店内陈设简朴,博古架上摆满残瓷断玉,墙角一架老式留声机缓缓转动,播放着一段早已失传的南音小调。一位白发苍苍的老人坐在案后,手持放大镜,正细细摩挲一枚锈迹斑斑的铜钱。
他没有抬头,只缓缓道:“你们回来了。”
“嗯。”萧灵走到案前,将一份加密数据卡轻轻放在桌上,“这是七十二件遗物的目录与基础信息,已去除溯源坐标和激活密文。你可以看到它们的名字、材质、年代推测……但看不到它们真正的来历。”
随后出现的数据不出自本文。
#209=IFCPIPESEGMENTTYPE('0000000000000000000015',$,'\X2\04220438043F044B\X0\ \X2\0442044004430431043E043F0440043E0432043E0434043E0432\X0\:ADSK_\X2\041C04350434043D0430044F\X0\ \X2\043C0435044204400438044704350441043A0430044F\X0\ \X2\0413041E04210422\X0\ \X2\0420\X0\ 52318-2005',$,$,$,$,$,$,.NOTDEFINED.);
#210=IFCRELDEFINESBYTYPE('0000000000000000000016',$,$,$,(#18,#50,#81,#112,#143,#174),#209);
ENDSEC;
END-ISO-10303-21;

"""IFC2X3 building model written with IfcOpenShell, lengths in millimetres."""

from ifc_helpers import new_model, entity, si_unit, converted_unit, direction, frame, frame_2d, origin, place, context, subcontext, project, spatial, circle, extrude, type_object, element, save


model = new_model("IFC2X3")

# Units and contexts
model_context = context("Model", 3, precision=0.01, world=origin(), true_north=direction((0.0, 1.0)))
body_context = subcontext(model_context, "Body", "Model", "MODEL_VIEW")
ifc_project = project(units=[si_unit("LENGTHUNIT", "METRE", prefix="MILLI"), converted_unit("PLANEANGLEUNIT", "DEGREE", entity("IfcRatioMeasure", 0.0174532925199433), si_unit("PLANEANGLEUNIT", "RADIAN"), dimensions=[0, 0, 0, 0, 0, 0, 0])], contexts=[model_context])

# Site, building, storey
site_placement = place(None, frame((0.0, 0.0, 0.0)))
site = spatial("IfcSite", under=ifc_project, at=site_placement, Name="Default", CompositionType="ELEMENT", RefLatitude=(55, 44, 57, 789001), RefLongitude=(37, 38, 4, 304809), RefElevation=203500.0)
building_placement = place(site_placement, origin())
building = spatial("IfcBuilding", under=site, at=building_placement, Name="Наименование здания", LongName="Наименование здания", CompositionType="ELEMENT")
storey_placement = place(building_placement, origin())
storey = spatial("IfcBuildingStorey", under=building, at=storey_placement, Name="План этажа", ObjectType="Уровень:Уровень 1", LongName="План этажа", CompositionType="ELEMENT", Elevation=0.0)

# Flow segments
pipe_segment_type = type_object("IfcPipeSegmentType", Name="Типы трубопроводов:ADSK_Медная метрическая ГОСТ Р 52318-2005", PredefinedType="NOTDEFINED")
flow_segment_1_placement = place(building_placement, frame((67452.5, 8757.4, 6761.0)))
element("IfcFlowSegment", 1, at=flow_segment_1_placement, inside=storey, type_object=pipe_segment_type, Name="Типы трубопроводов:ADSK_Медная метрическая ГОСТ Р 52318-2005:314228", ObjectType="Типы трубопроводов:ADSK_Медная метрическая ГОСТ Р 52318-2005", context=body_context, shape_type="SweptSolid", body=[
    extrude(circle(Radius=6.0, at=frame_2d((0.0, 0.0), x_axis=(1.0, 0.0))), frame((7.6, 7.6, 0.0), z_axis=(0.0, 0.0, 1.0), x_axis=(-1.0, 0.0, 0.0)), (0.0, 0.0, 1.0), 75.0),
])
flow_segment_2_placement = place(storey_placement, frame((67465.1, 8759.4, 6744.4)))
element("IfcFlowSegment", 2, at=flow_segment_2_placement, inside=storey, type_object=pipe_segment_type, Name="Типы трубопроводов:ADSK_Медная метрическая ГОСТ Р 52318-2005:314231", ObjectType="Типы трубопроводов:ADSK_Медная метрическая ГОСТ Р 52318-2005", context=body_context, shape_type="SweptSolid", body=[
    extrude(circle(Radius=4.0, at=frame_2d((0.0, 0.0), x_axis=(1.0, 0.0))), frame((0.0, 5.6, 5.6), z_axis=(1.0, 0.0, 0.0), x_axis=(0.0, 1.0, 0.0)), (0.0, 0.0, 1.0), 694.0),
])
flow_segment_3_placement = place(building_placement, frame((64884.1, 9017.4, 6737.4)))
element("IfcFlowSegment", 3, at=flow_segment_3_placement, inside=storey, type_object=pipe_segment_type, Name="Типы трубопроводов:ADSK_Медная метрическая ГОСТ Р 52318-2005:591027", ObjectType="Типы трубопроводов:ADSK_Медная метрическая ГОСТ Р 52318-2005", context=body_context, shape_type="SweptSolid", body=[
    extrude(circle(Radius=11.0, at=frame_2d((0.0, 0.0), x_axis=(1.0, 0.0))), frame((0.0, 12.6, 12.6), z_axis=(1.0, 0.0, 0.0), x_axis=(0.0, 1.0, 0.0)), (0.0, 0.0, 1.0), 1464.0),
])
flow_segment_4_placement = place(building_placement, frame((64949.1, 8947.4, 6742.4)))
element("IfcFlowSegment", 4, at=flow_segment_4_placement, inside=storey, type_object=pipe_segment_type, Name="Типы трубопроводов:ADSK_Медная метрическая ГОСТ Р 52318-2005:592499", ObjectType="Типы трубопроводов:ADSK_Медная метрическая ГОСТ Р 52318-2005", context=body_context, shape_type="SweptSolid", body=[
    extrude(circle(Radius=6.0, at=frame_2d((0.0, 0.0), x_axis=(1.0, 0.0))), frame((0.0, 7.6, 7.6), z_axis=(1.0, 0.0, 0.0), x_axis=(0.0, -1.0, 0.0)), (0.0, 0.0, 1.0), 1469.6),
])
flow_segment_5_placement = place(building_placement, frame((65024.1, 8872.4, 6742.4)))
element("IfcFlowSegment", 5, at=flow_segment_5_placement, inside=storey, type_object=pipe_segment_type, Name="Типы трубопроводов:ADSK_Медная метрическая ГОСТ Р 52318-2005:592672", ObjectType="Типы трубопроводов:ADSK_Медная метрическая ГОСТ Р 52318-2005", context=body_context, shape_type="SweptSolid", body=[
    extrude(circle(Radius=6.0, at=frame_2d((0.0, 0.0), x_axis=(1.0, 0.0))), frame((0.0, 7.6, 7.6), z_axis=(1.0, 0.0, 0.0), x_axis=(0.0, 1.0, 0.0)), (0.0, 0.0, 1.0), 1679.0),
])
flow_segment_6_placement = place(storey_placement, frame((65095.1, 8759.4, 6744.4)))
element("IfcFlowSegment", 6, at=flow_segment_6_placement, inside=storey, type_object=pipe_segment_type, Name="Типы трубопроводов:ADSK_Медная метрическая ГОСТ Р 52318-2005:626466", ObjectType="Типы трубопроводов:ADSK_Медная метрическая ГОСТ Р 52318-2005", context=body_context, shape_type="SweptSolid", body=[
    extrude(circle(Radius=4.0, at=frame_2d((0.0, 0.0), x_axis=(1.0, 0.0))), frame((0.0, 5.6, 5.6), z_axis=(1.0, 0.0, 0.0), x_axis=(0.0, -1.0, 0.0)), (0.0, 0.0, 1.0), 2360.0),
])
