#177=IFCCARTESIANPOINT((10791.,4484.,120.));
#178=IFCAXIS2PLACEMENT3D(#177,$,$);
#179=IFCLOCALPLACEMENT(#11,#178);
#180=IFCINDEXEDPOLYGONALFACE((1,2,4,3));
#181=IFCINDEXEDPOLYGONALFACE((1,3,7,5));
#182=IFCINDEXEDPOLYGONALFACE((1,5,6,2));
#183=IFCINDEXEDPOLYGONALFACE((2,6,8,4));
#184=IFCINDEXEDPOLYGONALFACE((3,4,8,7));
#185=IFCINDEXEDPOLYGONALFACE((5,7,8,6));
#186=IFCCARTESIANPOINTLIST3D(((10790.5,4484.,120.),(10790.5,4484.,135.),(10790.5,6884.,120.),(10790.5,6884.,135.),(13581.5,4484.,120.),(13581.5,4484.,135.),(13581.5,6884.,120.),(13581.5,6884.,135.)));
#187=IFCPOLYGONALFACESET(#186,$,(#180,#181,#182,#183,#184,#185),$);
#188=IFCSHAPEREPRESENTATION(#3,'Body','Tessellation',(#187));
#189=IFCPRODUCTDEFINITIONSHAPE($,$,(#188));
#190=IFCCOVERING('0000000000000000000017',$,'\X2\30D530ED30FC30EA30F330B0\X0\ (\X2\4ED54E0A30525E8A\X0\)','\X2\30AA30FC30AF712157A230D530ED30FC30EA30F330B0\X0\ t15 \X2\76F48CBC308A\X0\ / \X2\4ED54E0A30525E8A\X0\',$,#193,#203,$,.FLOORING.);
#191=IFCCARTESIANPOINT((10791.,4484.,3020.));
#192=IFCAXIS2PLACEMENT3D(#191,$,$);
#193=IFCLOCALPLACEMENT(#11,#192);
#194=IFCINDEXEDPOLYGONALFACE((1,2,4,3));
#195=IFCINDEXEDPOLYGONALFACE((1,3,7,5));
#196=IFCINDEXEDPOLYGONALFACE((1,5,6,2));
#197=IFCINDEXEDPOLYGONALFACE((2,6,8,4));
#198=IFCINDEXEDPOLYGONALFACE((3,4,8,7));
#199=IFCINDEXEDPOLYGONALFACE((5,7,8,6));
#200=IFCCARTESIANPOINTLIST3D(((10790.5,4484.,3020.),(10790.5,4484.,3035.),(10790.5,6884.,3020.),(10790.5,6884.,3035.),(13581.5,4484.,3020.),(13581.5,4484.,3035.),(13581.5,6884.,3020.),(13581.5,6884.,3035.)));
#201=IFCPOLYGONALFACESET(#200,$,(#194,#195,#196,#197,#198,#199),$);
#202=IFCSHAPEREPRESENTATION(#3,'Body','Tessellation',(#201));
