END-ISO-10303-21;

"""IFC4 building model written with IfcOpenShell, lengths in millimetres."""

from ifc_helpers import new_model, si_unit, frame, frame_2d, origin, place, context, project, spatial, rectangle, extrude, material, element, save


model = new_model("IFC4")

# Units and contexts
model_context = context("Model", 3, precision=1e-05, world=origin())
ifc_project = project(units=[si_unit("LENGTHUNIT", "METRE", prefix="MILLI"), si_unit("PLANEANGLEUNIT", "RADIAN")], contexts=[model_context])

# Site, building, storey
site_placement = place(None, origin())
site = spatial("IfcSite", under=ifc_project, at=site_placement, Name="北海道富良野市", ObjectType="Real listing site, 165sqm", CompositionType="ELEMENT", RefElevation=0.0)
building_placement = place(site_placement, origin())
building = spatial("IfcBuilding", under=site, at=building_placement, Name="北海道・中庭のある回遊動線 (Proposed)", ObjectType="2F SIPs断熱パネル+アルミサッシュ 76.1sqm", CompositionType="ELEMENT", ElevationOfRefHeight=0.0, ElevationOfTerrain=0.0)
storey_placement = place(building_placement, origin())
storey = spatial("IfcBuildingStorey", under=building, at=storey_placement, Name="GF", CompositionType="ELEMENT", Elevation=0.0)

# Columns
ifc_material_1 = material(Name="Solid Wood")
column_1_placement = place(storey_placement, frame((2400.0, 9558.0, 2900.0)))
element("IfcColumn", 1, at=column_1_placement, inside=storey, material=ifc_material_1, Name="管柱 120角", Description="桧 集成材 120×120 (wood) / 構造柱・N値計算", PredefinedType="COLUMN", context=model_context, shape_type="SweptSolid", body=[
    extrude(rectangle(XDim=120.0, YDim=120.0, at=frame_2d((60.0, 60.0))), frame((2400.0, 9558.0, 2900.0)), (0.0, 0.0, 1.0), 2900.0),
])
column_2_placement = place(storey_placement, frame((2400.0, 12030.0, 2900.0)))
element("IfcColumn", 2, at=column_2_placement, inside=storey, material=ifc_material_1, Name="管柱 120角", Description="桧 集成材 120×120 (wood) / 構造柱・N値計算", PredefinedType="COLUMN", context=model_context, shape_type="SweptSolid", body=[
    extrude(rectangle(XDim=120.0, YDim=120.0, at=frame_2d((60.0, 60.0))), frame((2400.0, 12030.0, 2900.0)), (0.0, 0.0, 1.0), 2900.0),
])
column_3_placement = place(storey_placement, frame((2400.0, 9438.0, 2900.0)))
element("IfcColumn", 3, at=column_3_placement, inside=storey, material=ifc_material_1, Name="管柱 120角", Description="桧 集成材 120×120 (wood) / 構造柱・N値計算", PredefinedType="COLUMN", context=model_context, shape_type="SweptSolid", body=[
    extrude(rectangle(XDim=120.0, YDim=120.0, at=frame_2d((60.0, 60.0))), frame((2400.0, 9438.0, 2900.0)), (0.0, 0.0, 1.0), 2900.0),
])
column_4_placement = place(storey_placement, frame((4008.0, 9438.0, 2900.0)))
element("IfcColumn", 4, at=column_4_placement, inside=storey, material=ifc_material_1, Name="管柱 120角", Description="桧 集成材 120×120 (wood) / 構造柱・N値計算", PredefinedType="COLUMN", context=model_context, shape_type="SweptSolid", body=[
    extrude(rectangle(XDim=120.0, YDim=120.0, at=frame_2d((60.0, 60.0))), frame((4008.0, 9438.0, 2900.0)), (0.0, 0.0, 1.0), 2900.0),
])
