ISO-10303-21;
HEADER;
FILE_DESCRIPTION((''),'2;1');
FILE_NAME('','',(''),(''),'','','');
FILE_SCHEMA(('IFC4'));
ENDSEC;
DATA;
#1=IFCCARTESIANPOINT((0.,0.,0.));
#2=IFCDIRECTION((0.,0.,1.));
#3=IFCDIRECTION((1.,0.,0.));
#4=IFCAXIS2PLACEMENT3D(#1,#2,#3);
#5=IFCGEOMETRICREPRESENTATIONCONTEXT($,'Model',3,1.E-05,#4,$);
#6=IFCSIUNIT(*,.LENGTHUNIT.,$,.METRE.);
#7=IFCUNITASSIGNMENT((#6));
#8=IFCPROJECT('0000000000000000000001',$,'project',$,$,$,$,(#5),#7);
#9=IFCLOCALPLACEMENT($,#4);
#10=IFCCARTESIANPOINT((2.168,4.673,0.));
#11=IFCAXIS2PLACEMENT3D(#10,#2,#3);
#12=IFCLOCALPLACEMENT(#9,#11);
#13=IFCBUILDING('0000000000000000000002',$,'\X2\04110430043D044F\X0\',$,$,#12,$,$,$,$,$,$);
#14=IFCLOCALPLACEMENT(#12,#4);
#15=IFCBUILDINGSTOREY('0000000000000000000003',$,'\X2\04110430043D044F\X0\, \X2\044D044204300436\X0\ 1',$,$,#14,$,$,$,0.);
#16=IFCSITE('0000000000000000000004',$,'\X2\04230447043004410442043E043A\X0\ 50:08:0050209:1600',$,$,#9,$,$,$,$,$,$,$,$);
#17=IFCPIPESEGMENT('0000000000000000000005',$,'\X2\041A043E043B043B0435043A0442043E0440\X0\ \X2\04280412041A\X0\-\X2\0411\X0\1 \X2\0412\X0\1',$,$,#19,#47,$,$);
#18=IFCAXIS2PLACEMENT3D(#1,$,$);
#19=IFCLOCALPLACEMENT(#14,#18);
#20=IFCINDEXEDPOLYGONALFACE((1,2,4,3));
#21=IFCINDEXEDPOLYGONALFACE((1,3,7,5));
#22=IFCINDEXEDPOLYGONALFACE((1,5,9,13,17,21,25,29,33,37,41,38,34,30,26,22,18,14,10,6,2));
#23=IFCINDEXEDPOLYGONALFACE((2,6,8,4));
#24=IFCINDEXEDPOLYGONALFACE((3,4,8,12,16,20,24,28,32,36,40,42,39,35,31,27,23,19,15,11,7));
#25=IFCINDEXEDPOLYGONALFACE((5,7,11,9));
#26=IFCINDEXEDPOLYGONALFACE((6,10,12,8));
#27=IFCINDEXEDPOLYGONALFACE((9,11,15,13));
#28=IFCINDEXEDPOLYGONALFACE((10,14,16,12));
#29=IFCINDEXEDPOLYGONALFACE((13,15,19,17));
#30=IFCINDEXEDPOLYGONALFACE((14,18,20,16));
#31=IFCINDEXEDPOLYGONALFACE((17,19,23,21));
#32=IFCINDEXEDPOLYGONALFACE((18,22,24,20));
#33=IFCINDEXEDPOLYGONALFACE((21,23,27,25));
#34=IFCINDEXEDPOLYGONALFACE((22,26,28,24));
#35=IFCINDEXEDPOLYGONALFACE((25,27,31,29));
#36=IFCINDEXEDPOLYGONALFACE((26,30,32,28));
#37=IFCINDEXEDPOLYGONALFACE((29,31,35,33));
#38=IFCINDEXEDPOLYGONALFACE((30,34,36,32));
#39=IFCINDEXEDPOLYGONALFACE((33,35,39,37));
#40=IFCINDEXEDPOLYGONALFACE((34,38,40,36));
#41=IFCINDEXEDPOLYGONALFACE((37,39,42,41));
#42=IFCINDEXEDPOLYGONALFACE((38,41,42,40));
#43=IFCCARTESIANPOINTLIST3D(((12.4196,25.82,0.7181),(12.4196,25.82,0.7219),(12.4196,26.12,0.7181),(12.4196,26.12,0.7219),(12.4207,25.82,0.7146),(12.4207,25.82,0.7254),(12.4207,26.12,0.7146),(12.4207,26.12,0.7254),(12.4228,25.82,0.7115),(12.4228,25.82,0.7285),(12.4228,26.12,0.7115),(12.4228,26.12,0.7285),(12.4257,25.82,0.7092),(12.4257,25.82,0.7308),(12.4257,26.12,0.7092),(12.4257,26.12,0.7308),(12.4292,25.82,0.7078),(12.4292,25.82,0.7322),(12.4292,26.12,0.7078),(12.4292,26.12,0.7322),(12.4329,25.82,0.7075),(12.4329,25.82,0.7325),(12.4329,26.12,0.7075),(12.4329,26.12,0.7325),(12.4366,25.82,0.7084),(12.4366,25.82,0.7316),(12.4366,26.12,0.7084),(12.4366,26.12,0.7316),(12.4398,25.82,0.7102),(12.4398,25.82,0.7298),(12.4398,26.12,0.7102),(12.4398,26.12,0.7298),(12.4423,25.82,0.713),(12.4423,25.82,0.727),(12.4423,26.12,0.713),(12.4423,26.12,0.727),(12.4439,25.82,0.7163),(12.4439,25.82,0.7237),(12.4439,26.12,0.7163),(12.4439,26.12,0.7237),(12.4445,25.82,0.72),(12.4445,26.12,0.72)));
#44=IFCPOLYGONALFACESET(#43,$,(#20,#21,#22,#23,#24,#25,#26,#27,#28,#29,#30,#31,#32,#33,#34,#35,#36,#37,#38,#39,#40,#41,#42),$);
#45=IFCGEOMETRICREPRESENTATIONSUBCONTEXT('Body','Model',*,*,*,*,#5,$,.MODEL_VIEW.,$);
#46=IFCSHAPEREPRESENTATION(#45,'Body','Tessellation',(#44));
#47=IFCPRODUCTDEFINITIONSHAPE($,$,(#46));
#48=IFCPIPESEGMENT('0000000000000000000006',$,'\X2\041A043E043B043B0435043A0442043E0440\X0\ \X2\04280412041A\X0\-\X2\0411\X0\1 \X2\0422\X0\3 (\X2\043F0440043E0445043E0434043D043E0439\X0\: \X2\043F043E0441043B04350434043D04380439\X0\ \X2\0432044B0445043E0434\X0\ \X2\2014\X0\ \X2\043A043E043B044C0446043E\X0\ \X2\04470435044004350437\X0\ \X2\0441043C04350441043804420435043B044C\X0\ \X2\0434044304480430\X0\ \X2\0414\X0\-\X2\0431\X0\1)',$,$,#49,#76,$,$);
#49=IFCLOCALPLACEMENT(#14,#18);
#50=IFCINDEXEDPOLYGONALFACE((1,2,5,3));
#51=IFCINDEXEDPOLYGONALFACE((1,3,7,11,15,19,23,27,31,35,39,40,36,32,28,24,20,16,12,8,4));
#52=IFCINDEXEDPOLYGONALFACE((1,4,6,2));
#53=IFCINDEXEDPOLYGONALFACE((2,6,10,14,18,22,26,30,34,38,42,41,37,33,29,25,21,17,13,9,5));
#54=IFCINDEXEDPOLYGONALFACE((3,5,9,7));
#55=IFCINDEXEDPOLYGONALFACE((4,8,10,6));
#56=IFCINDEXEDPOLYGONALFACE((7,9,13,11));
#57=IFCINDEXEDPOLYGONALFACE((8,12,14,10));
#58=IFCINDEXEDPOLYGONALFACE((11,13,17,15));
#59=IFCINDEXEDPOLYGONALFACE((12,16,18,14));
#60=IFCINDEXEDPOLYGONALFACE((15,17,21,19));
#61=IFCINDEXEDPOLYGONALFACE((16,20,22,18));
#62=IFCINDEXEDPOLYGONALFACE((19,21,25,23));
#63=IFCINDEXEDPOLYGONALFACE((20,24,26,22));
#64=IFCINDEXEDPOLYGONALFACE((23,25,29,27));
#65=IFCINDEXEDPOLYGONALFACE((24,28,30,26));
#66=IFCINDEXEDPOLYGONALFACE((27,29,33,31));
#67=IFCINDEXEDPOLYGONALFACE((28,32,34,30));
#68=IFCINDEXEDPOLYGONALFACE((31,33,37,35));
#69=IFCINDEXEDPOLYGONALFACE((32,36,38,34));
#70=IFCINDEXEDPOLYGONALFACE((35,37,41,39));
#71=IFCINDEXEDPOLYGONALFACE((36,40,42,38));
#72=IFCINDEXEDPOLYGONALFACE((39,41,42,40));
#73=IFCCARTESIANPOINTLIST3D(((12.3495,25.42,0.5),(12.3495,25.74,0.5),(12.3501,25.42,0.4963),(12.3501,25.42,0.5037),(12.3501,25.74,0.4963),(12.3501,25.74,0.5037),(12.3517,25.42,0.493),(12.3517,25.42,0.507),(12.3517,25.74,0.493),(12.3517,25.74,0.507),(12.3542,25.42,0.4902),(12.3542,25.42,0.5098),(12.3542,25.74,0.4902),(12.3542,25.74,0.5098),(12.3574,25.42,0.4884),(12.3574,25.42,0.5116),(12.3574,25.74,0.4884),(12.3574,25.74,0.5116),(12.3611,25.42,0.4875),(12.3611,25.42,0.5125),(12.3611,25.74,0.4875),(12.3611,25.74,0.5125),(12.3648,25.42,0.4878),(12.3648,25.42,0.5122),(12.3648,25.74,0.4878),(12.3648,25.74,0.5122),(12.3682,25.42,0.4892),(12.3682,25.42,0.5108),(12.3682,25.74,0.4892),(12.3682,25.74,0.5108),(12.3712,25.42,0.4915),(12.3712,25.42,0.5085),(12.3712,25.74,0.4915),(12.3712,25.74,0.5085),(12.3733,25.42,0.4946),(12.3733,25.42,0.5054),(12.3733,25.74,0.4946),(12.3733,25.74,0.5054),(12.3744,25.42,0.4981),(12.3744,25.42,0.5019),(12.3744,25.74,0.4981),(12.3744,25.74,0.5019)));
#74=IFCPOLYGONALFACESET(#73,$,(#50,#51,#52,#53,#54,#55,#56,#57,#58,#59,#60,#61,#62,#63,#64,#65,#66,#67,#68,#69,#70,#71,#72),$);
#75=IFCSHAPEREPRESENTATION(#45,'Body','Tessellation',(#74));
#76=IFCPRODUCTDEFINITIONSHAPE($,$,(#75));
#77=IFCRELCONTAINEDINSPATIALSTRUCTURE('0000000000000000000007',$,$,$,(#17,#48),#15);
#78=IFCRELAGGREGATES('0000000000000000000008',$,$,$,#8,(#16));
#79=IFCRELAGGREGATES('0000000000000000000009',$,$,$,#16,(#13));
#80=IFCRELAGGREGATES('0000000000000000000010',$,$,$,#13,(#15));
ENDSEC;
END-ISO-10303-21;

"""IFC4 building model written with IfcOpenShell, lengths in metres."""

from ifc_helpers import new_model, si_unit, frame, origin_with_axes, origin_2d, place, context, subcontext, project, spatial, circle, extrude, element, save


model = new_model("IFC4")

# Units and contexts
model_context = context("Model", 3, precision=1e-05, world=origin_with_axes())
body_context = subcontext(model_context, "Body", "Model", "MODEL_VIEW")
ifc_project = project(units=[si_unit("LENGTHUNIT", "METRE")], contexts=[model_context])

# Site, building, storey
site_placement = place(None, origin_with_axes())
site = spatial("IfcSite", under=ifc_project, at=site_placement, Name="Участок 50:08:0050209:1600")
building_placement = place(site_placement, frame((2.168, 4.673, 0.0), z_axis=(0.0, 0.0, 1.0), x_axis=(1.0, 0.0, 0.0)))
building = spatial("IfcBuilding", under=site, at=building_placement, Name="Баня")
storey_placement = place(building_placement, origin_with_axes())
storey = spatial("IfcBuildingStorey", under=building, at=storey_placement, Name="Баня, этаж 1", Elevation=0.0)

# Pipe segments
pipe_segment_1_placement = place(storey_placement, origin_with_axes())
element("IfcPipeSegment", 1, at=pipe_segment_1_placement, inside=storey, Name="Коллектор ШВК-Б1 В1", context=body_context, shape_type="SweptSolid", body=[
    extrude(circle(Radius=0.0125, at=origin_2d()), frame((12.432, 26.12, 0.72), z_axis=(0.0, -1.0, 0.0), x_axis=(1.0, 0.0, 0.0)), (0.0, 0.0, 1.0), 0.3),
])
pipe_segment_2_placement = place(storey_placement, origin_with_axes())
element("IfcPipeSegment", 2, at=pipe_segment_2_placement, inside=storey, Name="Коллектор ШВК-Б1 Т3 (проходной: последний выход — кольцо через смеситель душа Д-б1)", context=body_context, shape_type="SweptSolid", body=[
    extrude(circle(Radius=0.0125, at=origin_2d()), frame((12.362, 25.42, 0.5), z_axis=(0.0, 1.0, 0.0), x_axis=(-1.0, 0.0, 0.0)), (0.0, 0.0, 1.0), 0.32),
])

save(model, "model.ifc")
老人放下放大镜,手指抚过数据卡,微微一笑:“你们没走天阙的路子?”
“走了。卖了三件。”萧灵语气平静,“剩下的,不打算标价。”
老人终于抬眼,眸光深邃如古井:“你想让我……把它们散出去?”
“以最普通的方式,卖给真正需要的人。”萧灵点头,“一把残剑,给修习古武的年轻人;一片陶纹,给研究失落文明的学生;甚至一块看似无用的石头,也许能点燃某位匠人的灵感。不要钱,或者,只收一点点象征性的费用——一碗面,一本书,一句承诺。”
“你这是在种因。”老人低声道。
“我在布局。”萧灵嘴角微扬,“当这些碎片落在不同人手中,终有一天,会有人看懂它们之间的联系。那时,门才会真正开启。”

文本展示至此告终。